--- TASK ---
Find every line below where the string "IFCSIUNIT" shows up, and copy those lines.

(Collected data)
_ _ _ _ _ _ _

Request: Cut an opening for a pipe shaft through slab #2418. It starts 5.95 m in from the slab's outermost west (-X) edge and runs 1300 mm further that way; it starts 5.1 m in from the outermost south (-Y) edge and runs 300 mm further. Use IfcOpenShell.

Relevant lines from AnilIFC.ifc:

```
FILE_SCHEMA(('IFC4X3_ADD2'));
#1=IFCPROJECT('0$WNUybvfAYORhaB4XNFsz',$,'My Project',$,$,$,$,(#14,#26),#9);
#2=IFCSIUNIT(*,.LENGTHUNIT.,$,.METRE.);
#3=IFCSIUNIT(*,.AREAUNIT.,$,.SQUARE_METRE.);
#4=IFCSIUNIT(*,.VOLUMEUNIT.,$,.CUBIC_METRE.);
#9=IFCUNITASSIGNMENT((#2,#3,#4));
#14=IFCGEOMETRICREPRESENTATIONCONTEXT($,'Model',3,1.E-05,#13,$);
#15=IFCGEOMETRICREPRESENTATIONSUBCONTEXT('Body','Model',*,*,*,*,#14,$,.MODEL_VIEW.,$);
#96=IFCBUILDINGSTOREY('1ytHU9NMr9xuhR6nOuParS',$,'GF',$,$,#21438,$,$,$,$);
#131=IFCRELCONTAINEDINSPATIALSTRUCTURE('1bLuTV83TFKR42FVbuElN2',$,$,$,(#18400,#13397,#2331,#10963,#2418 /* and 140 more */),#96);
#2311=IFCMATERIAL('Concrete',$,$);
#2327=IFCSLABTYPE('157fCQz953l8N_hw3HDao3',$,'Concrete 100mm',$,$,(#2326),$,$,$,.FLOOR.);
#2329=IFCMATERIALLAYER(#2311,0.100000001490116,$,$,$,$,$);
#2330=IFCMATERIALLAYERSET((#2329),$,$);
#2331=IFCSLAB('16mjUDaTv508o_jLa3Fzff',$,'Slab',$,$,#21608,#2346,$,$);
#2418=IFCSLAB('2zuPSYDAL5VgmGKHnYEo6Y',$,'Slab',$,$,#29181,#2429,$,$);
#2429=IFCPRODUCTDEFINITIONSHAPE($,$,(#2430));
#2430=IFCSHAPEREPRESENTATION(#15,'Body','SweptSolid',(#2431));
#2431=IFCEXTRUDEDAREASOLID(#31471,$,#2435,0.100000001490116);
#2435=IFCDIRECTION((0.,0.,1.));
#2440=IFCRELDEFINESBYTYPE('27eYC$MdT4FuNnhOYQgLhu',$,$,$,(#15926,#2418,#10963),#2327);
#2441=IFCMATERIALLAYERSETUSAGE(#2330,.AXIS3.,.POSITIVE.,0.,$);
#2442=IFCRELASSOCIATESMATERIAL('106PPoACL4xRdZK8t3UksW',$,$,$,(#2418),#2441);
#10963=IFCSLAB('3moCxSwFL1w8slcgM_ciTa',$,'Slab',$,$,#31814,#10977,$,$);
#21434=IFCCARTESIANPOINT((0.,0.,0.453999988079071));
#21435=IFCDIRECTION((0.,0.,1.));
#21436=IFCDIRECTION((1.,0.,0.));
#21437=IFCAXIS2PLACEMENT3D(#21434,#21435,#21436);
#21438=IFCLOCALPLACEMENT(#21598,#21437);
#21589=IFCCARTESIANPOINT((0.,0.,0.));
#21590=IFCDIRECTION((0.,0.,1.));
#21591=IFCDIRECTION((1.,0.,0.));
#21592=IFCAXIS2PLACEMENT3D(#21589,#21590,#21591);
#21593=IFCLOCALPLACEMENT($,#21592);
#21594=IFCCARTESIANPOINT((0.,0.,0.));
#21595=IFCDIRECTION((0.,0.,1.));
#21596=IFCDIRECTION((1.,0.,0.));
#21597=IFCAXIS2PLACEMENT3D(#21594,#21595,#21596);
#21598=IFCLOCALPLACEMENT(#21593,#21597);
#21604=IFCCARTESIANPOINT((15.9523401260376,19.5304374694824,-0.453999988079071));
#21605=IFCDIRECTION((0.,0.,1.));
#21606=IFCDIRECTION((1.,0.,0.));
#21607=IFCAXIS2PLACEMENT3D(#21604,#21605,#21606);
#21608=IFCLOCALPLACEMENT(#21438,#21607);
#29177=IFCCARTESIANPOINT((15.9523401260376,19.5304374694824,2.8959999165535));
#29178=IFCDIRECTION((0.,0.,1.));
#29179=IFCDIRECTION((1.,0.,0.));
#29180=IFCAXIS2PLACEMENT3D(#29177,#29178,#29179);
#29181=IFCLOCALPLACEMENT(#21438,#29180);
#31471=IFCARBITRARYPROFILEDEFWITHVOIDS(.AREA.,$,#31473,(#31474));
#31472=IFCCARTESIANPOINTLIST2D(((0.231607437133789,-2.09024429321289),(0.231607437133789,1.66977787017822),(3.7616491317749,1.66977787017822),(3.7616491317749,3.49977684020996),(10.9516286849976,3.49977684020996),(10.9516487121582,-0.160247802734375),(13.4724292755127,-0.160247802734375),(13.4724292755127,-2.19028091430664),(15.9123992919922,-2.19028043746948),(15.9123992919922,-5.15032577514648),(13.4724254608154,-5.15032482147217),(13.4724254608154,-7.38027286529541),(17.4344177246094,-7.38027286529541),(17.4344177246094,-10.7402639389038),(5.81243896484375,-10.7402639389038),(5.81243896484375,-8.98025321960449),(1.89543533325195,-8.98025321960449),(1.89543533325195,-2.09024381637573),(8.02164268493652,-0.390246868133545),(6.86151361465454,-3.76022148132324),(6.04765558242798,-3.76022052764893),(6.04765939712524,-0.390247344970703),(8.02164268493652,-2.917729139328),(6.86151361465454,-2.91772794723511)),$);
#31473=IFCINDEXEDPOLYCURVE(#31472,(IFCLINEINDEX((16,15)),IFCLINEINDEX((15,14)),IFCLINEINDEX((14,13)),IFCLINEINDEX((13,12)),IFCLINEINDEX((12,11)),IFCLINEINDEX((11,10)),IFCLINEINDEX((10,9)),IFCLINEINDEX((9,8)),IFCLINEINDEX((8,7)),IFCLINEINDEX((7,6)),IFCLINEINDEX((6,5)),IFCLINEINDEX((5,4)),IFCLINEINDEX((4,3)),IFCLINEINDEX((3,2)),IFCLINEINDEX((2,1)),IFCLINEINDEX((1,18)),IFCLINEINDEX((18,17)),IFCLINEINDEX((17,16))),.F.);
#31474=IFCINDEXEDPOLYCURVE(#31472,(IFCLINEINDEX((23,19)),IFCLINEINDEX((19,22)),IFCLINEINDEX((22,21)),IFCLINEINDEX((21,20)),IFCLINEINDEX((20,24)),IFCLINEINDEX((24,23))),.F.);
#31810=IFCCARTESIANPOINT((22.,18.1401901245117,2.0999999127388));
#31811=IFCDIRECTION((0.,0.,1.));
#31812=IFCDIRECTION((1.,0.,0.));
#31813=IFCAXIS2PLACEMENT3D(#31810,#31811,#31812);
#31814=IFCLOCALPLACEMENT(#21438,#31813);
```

```python
import numpy as np
import ifcopenshell
import ifcopenshell.api.feature
import ifcopenshell.api.geometry
import ifcopenshell.api.root
import ifcopenshell.geom
import ifcopenshell.util.placement
import ifcopenshell.util.representation
import ifcopenshell.util.shape
import ifcopenshell.util.unit

model = ifcopenshell.open("AnilIFC.ifc")
unit_scale = ifcopenshell.util.unit.calculate_unit_scale(model)
settings = ifcopenshell.geom.settings()


def volume(element):
    """Net volume in cubic metres, openings subtracted."""
    shape = ifcopenshell.geom.create_shape(settings, element)
    return ifcopenshell.util.shape.get_volume(shape.geometry)


slab = model.by_id(2418)
before = volume(slab)

# Extent in the slab's own axes, in metres. The edges named are its -X and -Y sides.
slab_shape = ifcopenshell.geom.create_shape(settings, slab)
vertices = ifcopenshell.util.shape.get_vertices(slab_shape.geometry)
x_min, y_min, bottom = vertices.min(axis=0)
top = vertices[:, 2].max()

opening = ifcopenshell.api.root.create_entity(model, ifc_class="IfcOpeningElement", name="Pipe shaft opening", predefined_type="OPENING")
context = ifcopenshell.util.representation.get_context(model, "Model", "Body", "MODEL_VIEW")
width, depth = 1.3, 0.3
outline = [(0.0, 0.0), (width, 0.0), (width, depth), (0.0, depth), (0.0, 0.0)]
# Overshoot both faces by 50 mm so the cut is clean.
shape = ifcopenshell.api.geometry.add_slab_representation(
    model, context=context, depth=top - bottom + 0.1, polyline=outline
)
ifcopenshell.api.geometry.assign_representation(model, product=opening, representation=shape)

matrix = ifcopenshell.util.placement.get_local_placement(slab.ObjectPlacement)
matrix[:, 3] = matrix @ np.append(np.array([x_min + 5.95, y_min + 5.1, bottom - 0.05]) / unit_scale, 1.0)
ifcopenshell.api.geometry.edit_object_placement(model, product=opening, matrix=matrix, is_si=False)
ifcopenshell.api.feature.add_feature(model, feature=opening, element=slab)

after = volume(slab)

print(f"slab volume {before:.3f} -> {after:.3f} m3")

model.write("AnilIFC_updated.ifc")
```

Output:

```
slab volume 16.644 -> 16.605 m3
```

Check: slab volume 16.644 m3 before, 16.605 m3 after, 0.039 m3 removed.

_ _ _ _ _ _ _

--- ANSWER BOX ---
#2=IFCSIUNIT(*,.LENGTHUNIT.,$,.METRE.);
#3=IFCSIUNIT(*,.AREAUNIT.,$,.SQUARE_METRE.);
#4=IFCSIUNIT(*,.VOLUMEUNIT.,$,.CUBIC_METRE.);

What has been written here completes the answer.